TOURNAI

Le Tournai d’avant: une passerelle inutilisée mais pas inutile

La passerelle du chemin de fer Tournai-Orchies est menacée. Elle ne sert plus, c’est vrai mais elle a une histoire, celle des activités humaines qui transitaient sur cette voie déjà ancienne.

Le dimanche 23 octobre 1842, Tournai accueille son premier train, sur le quai dénommé à ce jour «Sakharov» au lieu de l'» Arsenal» jadis. C’est là le début d’un développement qui, au fil des ans, en fait une pièce maîtresse du réseau belge.

Les projets sont parfois extrêmement grandioses, tel celui porté en janvier 1865 par un consortium privé devant le gouvernement et qui veut mettre en chantier une ligne Anvers-Douai.

Ce projet, qui pourrait apparaître plutôt farfelu aujourd’hui, répond à une demande, celle d’étoffer nos relations internationales, ici avec la France, afin de faciliter les échanges commerciaux.

De la coupe aux lèvres, il y a du chemin, c’est péniblement que ce grand axe se concrétise; le 5 juin 1882, les voies atteignent Pecq et le 20 décembre 1883, la frontière française.

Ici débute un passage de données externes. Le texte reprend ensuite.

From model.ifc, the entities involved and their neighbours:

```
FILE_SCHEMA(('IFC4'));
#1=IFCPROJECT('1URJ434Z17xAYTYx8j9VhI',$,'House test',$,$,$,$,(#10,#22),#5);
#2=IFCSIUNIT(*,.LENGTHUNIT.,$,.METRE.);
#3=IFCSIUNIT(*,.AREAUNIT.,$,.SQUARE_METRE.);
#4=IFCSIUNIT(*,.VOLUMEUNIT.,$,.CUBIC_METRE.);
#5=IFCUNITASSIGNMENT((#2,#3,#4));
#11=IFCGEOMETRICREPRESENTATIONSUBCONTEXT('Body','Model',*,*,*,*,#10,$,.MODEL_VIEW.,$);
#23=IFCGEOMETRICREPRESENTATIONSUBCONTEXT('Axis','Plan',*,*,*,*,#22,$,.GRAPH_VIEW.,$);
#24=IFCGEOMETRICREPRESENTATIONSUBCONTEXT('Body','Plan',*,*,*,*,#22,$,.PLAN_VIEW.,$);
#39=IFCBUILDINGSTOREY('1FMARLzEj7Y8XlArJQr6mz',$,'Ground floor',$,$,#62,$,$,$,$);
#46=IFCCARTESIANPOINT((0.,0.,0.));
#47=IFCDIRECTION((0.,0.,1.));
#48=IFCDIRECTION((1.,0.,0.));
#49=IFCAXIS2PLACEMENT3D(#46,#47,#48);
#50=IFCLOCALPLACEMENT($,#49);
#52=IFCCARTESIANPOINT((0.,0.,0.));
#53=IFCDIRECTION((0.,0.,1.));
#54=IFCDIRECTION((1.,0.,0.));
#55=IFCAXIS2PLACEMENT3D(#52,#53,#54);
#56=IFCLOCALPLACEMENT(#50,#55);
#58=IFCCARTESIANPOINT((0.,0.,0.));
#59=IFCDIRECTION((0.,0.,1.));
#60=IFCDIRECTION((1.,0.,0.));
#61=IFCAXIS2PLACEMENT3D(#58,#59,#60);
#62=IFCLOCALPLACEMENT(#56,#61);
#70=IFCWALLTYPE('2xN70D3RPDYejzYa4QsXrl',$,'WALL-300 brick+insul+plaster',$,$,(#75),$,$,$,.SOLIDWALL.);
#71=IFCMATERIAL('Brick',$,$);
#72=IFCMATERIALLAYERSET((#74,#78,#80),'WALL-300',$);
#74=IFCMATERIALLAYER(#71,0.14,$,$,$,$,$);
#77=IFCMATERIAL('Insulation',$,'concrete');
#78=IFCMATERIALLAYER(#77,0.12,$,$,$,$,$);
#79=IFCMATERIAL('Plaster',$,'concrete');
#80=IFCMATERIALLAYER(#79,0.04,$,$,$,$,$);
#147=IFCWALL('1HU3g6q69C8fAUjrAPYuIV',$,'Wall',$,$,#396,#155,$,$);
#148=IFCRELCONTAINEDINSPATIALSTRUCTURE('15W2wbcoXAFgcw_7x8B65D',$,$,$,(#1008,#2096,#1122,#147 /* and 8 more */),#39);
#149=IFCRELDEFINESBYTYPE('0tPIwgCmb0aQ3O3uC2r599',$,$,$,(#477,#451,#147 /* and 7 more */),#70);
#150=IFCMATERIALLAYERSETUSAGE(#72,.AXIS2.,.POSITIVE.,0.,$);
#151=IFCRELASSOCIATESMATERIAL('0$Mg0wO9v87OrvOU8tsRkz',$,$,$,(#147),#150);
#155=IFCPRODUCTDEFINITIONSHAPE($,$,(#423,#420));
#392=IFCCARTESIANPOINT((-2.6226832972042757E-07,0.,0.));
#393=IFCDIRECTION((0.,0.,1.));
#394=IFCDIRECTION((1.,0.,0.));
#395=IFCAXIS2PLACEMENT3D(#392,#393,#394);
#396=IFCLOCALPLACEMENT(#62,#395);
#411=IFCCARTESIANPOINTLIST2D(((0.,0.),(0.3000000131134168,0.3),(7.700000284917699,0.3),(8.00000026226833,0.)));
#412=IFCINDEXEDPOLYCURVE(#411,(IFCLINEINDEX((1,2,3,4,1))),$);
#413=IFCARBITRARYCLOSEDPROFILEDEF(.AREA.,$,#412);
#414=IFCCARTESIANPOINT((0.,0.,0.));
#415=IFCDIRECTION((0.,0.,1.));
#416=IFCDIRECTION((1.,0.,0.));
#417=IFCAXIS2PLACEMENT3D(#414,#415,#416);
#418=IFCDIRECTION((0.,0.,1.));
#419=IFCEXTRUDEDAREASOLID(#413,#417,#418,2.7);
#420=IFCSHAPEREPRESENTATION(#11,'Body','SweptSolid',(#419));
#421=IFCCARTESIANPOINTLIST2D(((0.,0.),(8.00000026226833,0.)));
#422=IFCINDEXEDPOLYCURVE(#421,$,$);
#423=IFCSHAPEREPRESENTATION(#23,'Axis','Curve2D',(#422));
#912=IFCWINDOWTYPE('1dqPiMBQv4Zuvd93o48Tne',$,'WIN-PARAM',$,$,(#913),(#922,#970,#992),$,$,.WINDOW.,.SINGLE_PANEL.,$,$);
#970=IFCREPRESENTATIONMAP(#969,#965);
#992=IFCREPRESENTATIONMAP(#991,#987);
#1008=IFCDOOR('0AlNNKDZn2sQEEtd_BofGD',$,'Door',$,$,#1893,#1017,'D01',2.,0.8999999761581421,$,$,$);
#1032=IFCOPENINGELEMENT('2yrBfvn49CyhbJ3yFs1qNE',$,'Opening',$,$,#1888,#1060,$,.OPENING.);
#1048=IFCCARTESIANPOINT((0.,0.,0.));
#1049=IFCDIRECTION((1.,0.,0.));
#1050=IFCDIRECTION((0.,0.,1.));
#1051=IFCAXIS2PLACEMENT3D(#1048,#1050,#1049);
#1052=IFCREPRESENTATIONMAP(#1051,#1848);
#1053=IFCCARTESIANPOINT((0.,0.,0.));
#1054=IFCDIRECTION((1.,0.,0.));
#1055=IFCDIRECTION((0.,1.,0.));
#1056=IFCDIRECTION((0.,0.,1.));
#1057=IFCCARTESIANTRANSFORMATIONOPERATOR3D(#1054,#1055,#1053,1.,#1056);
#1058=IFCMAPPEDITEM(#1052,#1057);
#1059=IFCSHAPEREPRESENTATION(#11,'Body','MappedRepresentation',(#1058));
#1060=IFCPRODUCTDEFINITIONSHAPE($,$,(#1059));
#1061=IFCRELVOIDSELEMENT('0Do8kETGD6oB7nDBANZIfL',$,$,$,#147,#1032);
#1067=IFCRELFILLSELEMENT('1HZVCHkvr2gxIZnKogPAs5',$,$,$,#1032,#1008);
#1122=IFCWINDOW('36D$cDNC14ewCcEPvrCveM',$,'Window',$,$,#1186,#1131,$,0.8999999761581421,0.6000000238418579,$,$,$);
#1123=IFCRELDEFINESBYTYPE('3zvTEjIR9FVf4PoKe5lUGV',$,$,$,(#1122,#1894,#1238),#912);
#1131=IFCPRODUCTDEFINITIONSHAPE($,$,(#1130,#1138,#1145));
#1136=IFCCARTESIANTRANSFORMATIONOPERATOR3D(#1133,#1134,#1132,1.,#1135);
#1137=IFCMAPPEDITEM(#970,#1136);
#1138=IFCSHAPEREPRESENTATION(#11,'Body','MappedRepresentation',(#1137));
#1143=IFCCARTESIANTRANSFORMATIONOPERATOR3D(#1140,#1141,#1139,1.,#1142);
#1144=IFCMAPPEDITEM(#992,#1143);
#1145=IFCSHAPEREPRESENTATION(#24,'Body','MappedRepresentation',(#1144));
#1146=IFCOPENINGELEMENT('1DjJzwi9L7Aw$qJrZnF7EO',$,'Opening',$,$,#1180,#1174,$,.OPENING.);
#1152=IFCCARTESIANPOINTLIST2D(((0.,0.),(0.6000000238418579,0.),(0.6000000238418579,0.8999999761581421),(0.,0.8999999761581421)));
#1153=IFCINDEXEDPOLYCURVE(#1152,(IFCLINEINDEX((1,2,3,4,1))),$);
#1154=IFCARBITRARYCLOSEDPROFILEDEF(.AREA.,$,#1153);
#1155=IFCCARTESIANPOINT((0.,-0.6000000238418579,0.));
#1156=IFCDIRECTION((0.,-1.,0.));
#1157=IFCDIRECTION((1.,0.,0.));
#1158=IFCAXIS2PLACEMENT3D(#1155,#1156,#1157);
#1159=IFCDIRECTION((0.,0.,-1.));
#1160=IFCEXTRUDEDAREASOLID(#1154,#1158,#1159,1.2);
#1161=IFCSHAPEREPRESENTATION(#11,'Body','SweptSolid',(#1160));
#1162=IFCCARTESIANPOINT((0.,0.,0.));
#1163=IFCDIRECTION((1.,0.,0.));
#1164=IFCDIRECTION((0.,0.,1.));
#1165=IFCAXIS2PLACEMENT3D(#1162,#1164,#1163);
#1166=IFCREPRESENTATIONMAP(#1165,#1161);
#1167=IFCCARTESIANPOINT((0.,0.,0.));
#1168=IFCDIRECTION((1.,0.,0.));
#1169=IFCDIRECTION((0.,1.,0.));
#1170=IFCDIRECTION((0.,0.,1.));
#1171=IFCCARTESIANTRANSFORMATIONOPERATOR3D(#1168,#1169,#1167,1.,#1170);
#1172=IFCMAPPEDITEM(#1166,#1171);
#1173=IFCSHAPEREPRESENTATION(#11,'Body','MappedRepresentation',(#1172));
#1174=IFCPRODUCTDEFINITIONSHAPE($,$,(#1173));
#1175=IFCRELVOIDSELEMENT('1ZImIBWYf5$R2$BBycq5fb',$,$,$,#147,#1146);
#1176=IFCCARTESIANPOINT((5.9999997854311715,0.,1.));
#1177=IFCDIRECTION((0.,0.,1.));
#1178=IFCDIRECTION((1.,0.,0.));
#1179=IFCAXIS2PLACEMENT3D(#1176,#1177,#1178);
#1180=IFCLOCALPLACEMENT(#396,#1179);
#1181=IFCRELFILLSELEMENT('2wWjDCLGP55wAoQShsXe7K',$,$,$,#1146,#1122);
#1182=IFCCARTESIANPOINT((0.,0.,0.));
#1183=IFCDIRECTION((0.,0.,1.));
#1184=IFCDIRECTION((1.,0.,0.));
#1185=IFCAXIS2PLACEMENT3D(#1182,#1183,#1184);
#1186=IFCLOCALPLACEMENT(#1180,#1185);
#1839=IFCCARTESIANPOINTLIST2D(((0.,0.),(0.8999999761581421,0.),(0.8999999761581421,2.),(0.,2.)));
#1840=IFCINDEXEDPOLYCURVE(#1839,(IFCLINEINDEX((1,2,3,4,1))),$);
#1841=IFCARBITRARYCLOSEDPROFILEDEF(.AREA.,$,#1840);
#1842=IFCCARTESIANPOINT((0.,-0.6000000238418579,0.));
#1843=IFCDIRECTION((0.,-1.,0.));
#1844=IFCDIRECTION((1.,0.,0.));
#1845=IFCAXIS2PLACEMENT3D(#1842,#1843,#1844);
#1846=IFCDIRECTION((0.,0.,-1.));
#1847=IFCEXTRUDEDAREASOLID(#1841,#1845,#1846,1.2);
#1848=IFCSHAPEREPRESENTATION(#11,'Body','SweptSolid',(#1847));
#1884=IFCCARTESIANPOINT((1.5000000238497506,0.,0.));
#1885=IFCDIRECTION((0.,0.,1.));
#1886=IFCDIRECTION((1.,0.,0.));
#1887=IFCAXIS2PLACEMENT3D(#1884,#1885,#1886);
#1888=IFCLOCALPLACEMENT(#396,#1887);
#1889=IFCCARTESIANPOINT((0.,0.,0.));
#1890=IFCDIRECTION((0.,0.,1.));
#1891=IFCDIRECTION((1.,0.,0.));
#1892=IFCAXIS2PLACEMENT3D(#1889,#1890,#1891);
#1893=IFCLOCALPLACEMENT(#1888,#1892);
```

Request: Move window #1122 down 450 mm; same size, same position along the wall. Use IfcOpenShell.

```python
import numpy as np
import ifcopenshell
import ifcopenshell.api.geometry
import ifcopenshell.util.placement
import ifcopenshell.util.unit

model = ifcopenshell.open("model.ifc")
unit_scale = ifcopenshell.util.unit.calculate_unit_scale(model)

window = model.by_guid("36D$cDNC14ewCcEPvrCveM")
opening = window.FillsVoids[0].RelatingOpeningElement
dz = -0.45

shift = np.array([0.0, 0.0, dz])
# The window is placed relative to its opening, so it follows when the opening moves.
matrix = ifcopenshell.util.placement.get_local_placement(opening.ObjectPlacement)
matrix[:3, 3] += shift
ifcopenshell.api.geometry.edit_object_placement(
    model, product=opening, matrix=matrix, is_si=False, should_transform_children=True
)

print(f"moved by {dz * unit_scale:+.3f} m")

model.write("model_edited.ifc")
```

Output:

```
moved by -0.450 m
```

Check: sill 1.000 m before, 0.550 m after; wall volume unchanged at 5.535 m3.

C’est ici, lors de la mise en service le 20 décembre 1883 que débute la vie de la passerelle d’Allain permettant aux convois de voyageurs d’abord puis industriels en 1884 de gagner, au fil de quelques années, les gares de Allain (marchandises), Chercq, Saint-Maur, Ere, Willemeau, La Glanerie, Orchies.

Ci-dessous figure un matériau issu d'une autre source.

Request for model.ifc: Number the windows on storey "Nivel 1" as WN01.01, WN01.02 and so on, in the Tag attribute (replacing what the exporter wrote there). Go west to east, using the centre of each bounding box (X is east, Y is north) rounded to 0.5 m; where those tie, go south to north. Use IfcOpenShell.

First a look at what the model holds.

```python
import ifcopenshell
import ifcopenshell.util.element
import ifcopenshell.util.placement

model = ifcopenshell.open("model.ifc")
print(model.schema)
storey = next(s for s in model.by_type("IfcBuildingStorey") if s.Name == "Nivel 1")
windows = [e for e in ifcopenshell.util.element.get_decomposition(storey) if e.is_a("IfcWindow")]
for e in sorted(windows, key=lambda e: e.id()):
    origin = ifcopenshell.util.placement.get_local_placement(e.ObjectPlacement)[:3, 3]
    print(e.id(), e.Tag, e.Name, origin.round(2) + 0.0, sep=" | ")
```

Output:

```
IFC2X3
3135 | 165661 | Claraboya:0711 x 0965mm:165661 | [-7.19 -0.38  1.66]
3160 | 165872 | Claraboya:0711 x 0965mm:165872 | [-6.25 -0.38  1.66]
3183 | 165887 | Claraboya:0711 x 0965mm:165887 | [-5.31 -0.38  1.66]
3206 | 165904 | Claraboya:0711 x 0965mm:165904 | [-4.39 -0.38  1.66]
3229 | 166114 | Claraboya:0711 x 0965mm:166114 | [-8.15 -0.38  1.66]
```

```python
import ifcopenshell
import ifcopenshell.geom
import ifcopenshell.util.element
import ifcopenshell.util.shape

model = ifcopenshell.open("model.ifc")
settings = ifcopenshell.geom.settings()
settings.set("use-world-coords", True)


def centre(element):
    shape = ifcopenshell.geom.create_shape(settings, element)
    return ifcopenshell.util.shape.get_bbox_centroid(shape.geometry)


storey = next(s for s in model.by_type("IfcBuildingStorey") if s.Name == "Nivel 1")
windows = [e for e in ifcopenshell.util.element.get_decomposition(storey) if e.is_a("IfcWindow")]

# Insertion points can sit at a corner or the storey origin, so sort by the geometry (in metres).
centres = {e: centre(e) for e in windows}
windows.sort(key=lambda e: (round(centres[e][0] / 0.5), centres[e][1]))

for i, e in enumerate(windows, start=1):
    number = f"WN01.{i:02d}"
    e.Tag = number
    print(e.id(), number)

model.write("model_rev.ifc")
```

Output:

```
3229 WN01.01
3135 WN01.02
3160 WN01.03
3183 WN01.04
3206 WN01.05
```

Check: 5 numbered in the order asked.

Cette 88A est à voie unique et le restera; son importance est déjà réduite, ce qui ne l’empêche pas de s’y voir greffer des raccordements secondaires, tel celui des Ateliers Carton.

Comme les autres ouvrages, la passerelle d’Allain subit les foudres des armées en guerre; elle est dynamitée par les Allemands le 7 novembre 1918, par les Anglais le 18 mai 1940. Dans la foulée, les Allemands commencent le démantèlement, enlevant les rails de Rumes à Bachy en 1943.

Après la libération, face au réseau d’autobus aux tracés plus proches des noyaux habités, la 88A décline. Inexorablement. Les trains pour voyageurs subsistent jusqu’au 19 juin 1952, ceux pour marchandises résistent jusqu’en 1965. Conséquence, le tronçon Chercq – Rumes est démonté au 22 septembre 1966.

La passerelle ne sert plus qu’aux promeneurs, aux joggeurs. Elle a connu bien des avatars, bien des destructions mais elle s’est refaite chaque fois, d’acier avec arches, sur piles de bois en provisoire, en béton précontraint, le deuxième du genre – le premier au Danemark – en août 1956 –..

Victime de la rentabilité? Histoire à suivre!